Watch the video above to find out more about studying mathematics at Jesus College.

The Mathematical Sciences departmental prospectus contains information about the course content and can be found here.

Teaching in Mathematics, as in most other subjects, has two components: University lectures, and college tutorials or classes.

As for the College side; in the First Year the syllabus is compulsory, and all Mathematics students follow the same course. The lectures, which are interrelated, are intended to cover the syllabus completely. In tutorials and college classes, you discuss with your tutor what you have learnt from lectures, and work through your solutions to problems designed to test your understanding. Problems are set by the lecturers in the first year, though in some subjects your tutor may set different ones instead. Your tutor is also likely to suggest some reading to do, and this reading may also be discussed in the tutorials. (The college operates a generous book grant scheme, which subsidizes the purchase of necessary textbooks by undergraduates.) Tutorials are ‘pupil-centred’ teaching in which the student determines the subject matter; their usefulness depends entirely on how thoroughly the student has prepared for them

At the end of the summer term of the first year, University examinations are held. It is necessary to spend some time revising for these, and lectures therefore finish halfway through the term; college teaching continues in the form of revision classes and tutorials.

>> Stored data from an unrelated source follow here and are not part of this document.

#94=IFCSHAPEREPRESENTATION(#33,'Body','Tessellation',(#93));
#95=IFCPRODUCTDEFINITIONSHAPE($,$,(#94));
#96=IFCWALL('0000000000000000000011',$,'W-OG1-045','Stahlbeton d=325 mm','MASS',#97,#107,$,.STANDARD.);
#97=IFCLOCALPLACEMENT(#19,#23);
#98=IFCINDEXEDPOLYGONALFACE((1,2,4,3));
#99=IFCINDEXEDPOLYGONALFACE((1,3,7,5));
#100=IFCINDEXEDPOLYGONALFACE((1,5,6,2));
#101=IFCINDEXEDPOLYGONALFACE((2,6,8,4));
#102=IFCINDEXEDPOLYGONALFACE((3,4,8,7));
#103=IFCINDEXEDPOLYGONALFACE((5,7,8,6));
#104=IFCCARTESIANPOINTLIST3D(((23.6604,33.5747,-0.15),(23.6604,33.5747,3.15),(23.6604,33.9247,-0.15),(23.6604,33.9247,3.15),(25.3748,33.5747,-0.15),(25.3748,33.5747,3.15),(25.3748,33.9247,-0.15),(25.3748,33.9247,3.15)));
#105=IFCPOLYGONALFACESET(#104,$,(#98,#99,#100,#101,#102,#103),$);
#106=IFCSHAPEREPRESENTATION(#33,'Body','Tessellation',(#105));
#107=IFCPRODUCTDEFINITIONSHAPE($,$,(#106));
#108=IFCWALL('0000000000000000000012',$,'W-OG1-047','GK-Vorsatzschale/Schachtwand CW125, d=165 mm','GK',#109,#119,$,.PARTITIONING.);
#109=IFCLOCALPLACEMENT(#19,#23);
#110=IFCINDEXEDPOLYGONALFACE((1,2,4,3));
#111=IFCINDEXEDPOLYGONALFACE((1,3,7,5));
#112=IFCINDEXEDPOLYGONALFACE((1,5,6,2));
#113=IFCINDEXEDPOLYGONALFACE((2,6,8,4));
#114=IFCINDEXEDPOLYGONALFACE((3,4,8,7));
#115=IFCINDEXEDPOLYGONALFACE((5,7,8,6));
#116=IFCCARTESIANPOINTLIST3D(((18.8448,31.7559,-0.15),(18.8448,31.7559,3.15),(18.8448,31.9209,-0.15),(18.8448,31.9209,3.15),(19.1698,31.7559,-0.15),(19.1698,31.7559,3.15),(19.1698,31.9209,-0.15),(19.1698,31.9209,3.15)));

College Scholarships and Exhibitions may be awarded at the end of the first year to students who have worked well; the results of first-year exams play a major role in decisions on these awards.

In the second year the syllabus contains compulsory courses in algebra and analysis that are taken in the autumn term. Teaching is likely to involve a combination of tutorial and larger classes. Optional courses are also available and for these the teaching arrangements can be more varied; a student might have a single weekly tutorial to cover two or three related options, or those taking a particular option might be taught together in a class, or there might be some intermediate arrangement combining classes with shared tutorials. The college tutors between them cover nearly all the available options, but for one or two options teaching might be arranged with a specialist in another college. The tutors will set written work and reading on an individual basis. Second-year lectures aim more at providing a framework than a comprehensive treatment, and so the importance of reading and learning from your own study is greater than in the first year. Examinations at the end of the second year count towards the final degree mark. There are two papers on the compulsory core subjects and two cross-sectional papers on the selected topics.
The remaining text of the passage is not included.